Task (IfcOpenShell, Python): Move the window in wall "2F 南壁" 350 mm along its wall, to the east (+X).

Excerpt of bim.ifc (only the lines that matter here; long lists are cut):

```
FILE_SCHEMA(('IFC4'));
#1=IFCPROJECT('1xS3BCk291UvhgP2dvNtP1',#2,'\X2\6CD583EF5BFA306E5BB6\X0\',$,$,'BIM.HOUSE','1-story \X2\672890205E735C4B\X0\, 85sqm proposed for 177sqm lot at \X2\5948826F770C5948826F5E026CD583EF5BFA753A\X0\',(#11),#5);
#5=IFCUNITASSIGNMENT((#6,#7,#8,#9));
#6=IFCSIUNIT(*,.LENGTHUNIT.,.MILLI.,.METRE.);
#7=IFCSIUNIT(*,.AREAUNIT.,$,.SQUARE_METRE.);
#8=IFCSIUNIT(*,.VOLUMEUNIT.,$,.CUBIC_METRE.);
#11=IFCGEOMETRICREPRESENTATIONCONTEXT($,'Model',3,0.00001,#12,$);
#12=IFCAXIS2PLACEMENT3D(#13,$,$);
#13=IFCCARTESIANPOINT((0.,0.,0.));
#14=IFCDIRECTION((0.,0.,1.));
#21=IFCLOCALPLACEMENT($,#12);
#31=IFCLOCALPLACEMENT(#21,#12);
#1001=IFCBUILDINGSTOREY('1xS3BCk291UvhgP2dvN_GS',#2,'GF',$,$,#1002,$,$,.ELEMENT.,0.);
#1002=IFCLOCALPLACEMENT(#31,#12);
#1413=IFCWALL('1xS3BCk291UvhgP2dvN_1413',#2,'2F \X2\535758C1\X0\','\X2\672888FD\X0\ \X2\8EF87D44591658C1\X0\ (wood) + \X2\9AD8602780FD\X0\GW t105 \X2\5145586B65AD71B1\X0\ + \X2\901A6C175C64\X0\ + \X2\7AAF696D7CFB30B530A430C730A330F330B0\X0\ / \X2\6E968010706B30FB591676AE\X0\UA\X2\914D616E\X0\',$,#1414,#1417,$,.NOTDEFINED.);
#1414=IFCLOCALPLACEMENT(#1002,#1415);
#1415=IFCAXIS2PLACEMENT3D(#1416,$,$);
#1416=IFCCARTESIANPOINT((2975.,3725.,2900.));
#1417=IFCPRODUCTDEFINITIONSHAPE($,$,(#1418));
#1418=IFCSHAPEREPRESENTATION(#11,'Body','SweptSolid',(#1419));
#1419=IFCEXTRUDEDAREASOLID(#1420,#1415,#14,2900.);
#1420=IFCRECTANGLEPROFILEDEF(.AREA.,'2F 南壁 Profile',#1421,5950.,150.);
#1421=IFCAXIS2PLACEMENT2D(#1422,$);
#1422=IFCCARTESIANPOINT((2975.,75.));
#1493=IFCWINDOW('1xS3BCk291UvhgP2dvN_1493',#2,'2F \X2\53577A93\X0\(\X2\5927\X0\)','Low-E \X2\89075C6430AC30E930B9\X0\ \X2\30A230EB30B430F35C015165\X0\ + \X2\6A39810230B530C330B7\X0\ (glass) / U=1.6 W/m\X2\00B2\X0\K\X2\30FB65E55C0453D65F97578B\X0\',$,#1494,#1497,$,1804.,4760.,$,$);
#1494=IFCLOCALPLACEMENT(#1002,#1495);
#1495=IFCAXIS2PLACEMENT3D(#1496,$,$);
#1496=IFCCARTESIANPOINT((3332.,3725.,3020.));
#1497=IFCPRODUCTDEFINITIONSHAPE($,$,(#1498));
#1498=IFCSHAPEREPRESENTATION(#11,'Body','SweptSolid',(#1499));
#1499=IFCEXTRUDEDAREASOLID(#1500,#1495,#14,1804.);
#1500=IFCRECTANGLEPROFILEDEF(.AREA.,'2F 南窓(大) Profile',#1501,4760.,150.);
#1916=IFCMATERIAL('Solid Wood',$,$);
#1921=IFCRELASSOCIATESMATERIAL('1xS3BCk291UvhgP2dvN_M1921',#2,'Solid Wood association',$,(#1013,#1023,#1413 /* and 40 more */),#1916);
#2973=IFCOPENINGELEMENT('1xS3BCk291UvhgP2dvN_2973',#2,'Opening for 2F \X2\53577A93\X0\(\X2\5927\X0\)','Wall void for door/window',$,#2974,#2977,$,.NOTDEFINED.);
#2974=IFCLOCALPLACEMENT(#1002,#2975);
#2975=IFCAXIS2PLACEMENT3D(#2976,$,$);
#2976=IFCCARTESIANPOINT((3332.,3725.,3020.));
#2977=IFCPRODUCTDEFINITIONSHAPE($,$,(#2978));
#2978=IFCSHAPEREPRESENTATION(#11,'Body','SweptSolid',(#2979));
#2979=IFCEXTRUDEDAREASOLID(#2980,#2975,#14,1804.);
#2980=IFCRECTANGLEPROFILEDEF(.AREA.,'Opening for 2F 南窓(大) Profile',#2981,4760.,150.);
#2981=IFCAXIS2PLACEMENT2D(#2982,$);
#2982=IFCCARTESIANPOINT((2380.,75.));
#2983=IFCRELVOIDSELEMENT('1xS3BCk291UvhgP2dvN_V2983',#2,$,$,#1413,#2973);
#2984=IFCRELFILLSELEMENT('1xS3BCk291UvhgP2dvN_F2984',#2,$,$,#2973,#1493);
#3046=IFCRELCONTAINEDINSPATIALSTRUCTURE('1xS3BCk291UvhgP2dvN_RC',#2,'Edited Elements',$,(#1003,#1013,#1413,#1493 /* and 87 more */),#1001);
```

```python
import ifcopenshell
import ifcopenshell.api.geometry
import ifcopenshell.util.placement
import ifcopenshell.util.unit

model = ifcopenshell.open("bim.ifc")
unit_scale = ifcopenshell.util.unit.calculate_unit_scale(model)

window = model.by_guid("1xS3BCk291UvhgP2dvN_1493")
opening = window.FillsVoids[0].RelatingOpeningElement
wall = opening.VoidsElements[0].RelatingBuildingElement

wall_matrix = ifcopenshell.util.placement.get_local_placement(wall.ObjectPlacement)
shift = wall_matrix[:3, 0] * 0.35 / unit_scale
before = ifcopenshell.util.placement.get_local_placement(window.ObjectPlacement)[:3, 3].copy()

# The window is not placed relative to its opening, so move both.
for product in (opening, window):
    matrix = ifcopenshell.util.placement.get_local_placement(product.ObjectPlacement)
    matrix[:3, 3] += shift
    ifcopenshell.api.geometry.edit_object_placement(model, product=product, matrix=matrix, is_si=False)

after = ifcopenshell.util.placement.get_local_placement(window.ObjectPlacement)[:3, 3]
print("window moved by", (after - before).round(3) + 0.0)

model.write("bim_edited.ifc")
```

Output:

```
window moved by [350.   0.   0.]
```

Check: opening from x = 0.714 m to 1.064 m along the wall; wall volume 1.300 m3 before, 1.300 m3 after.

WORK INSTRUCTIONS: Take each line above that contains "Body" and copy it out.

TASK OUTPUT:
#1418=IFCSHAPEREPRESENTATION(#11,'Body','SweptSolid',(#1419));
#1498=IFCSHAPEREPRESENTATION(#11,'Body','SweptSolid',(#1499));
#2978=IFCSHAPEREPRESENTATION(#11,'Body','SweptSolid',(#2979));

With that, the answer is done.